Yu C A, Xia D, Kim H, Deisenhofer J, Zhang L, Kachurin A M, Yu L
Department of Biochemistry and Molecular Biology, Oklahoma State University, Stillwater 74078-3035, USA.
Biochim Biophys Acta. 1998 Jun 10;1365(1-2):151-8. doi: 10.1016/s0005-2728(98)00055-3.
The crystal structure of the cytochrome bc1 complex (ubiquinol-cytochrome c reductase) from bovine heart submitochondria was determined at 2.9 A resolution. The bc1 complex in crystal exists as a closely interacting dimer, suggesting that the dimer is a functional unit. Over half of the mass of the complex, including subunits core 1 and core 2, are on the matrix side of the membrane, while most of the cytochrome b subunit is located within the membrane. There are 13 transmembrane helices in each monomer, eight of them belonging to cytochrome b. Two large cavities are made of the transmembrane helices D, C, F and H in one monomer and helices D' and E' from the other monomer of cytochrome b, and the transmembrane helices of c1, iron-sulfur protein (ISP), and subunits 10 and 11. These cavities provide entrances for ubiquinone or inhibitor and connect the Qi pocket of one monomer and the Qo pocket of the other monomer. Ubiquinol made at the Qi site of one monomer can proceed to the nearby Qo site of the other monomer without having to leave the bc1 complex. The soluble parts of cytochrome c1 and ISP, including their redox prosthetic groups, are located on the cytoplasmic side of the membrane.
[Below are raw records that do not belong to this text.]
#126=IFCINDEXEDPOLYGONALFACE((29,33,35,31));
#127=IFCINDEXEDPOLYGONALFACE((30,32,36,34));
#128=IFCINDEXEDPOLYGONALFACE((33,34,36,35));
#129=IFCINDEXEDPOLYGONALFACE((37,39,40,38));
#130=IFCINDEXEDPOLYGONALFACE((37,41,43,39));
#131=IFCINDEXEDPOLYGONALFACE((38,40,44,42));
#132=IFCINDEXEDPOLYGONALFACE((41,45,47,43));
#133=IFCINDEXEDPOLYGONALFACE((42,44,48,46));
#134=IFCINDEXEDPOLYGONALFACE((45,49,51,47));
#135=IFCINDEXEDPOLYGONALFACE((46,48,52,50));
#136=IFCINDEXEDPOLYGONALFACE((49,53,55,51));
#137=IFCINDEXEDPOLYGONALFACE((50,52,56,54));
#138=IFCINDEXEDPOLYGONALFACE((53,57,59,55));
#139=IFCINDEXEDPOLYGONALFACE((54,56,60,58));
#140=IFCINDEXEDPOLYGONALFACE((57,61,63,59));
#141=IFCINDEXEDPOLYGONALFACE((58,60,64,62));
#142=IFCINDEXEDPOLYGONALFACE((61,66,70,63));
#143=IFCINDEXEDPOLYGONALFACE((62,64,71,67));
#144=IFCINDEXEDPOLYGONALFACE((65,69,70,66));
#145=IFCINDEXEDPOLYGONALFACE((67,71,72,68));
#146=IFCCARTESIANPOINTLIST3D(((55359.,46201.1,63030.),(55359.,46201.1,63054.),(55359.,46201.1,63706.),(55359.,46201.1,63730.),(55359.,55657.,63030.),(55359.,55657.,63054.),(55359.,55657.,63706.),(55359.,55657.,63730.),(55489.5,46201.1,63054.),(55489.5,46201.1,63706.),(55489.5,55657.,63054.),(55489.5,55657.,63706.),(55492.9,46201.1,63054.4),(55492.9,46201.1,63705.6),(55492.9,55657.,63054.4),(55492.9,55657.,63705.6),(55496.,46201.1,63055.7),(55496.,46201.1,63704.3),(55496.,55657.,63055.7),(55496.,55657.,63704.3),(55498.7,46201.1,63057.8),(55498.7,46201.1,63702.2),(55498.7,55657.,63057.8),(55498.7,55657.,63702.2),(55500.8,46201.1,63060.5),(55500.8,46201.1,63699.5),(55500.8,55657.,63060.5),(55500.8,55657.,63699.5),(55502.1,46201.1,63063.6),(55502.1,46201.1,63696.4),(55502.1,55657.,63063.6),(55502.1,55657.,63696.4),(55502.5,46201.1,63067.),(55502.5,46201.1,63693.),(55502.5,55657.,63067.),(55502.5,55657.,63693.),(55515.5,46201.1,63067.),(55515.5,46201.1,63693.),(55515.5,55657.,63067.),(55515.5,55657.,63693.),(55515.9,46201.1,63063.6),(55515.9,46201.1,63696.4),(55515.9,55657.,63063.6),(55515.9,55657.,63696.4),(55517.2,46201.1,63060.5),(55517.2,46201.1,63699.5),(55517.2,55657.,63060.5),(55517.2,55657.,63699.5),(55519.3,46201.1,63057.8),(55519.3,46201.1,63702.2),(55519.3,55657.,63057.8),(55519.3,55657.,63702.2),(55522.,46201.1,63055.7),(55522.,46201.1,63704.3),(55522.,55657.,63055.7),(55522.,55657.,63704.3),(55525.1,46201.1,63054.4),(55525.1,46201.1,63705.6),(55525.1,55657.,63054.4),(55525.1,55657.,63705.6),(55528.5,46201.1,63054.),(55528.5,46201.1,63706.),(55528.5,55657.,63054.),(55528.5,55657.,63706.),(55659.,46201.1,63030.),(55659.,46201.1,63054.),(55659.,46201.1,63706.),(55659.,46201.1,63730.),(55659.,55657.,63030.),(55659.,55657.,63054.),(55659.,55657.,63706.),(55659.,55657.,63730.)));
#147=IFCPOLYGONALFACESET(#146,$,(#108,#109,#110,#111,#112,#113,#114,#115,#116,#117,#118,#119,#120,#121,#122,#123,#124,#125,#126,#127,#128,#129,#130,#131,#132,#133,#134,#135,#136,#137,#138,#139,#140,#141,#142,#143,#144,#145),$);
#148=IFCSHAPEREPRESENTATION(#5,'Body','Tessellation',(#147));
The distances between the four redox centers in the complex have been determined, and the binding sites for several electron transfer inhibitors have been located. Structural analysis of the protein/inhibitor complexes revealed that the extramembrane domain of the Rieske iron-sulfur protein may undergo substantial movement during the catalytic cycle of the complex. The Rieske protein movement and the larger than expected distance between FeS and cytochrome c1 heme suggest that electron transfer reaction between FeS and cytochrome c1 may involve movements or conformational changes in the soluble domain of iron-sulfur protein. The inhibitory function of E-beta-methoxyacrylate-stilbene and myxothiazol may result from the increase of mobility in ISP, whereas the function of stigmatellin and 5-undecyl-6-hydroxy-4,7-dioxobenzothiazole may result from the immobilization of ISP.
牛心亚线粒体细胞色素bc1复合物(泛醌 - 细胞色素c还原酶)的晶体结构在2.9埃分辨率下被确定。晶体中的bc1复合物以紧密相互作用的二聚体形式存在,这表明二聚体是一个功能单元。复合物超过一半的质量,包括核心1和核心2亚基,位于膜的基质侧,而细胞色素b亚基的大部分位于膜内。每个单体中有13个跨膜螺旋,其中8个属于细胞色素b。两个大腔由细胞色素b的一个单体中的跨膜螺旋D、C、F和H以及另一个单体中的螺旋D'和E',以及c1、铁硫蛋白(ISP)、10和11亚基的跨膜螺旋构成。这些腔为泛醌或抑制剂提供入口,并连接一个单体的Qi口袋和另一个单体的Qo口袋。在一个单体的Qi位点产生的泛醇可以在不离开bc1复合物的情况下进入另一个单体附近的Qo位点。细胞色素c1和ISP的可溶性部分,包括它们的氧化还原辅基,位于膜的胞质侧。复合物中四个氧化还原中心之间的距离已被确定,并且几种电子传递抑制剂的结合位点也已定位。蛋白质/抑制剂复合物的结构分析表明,在复合物的催化循环中,Rieske铁硫蛋白的膜外结构域可能会发生显著移动。Rieske蛋白的移动以及FeS与细胞色素c1血红素之间比预期更大的距离表明,FeS与细胞色素c1之间的电子传递反应可能涉及铁硫蛋白可溶性结构域的移动或构象变化。E-β-甲氧基丙烯酸 - 芪和粘噻唑的抑制功能可能源于ISP流动性的增加,而柱晶白霉素和5 - 十一烷基 - 6 - 羟基 - 4,7 - 二氧代苯并噻唑的功能可能源于ISP的固定化。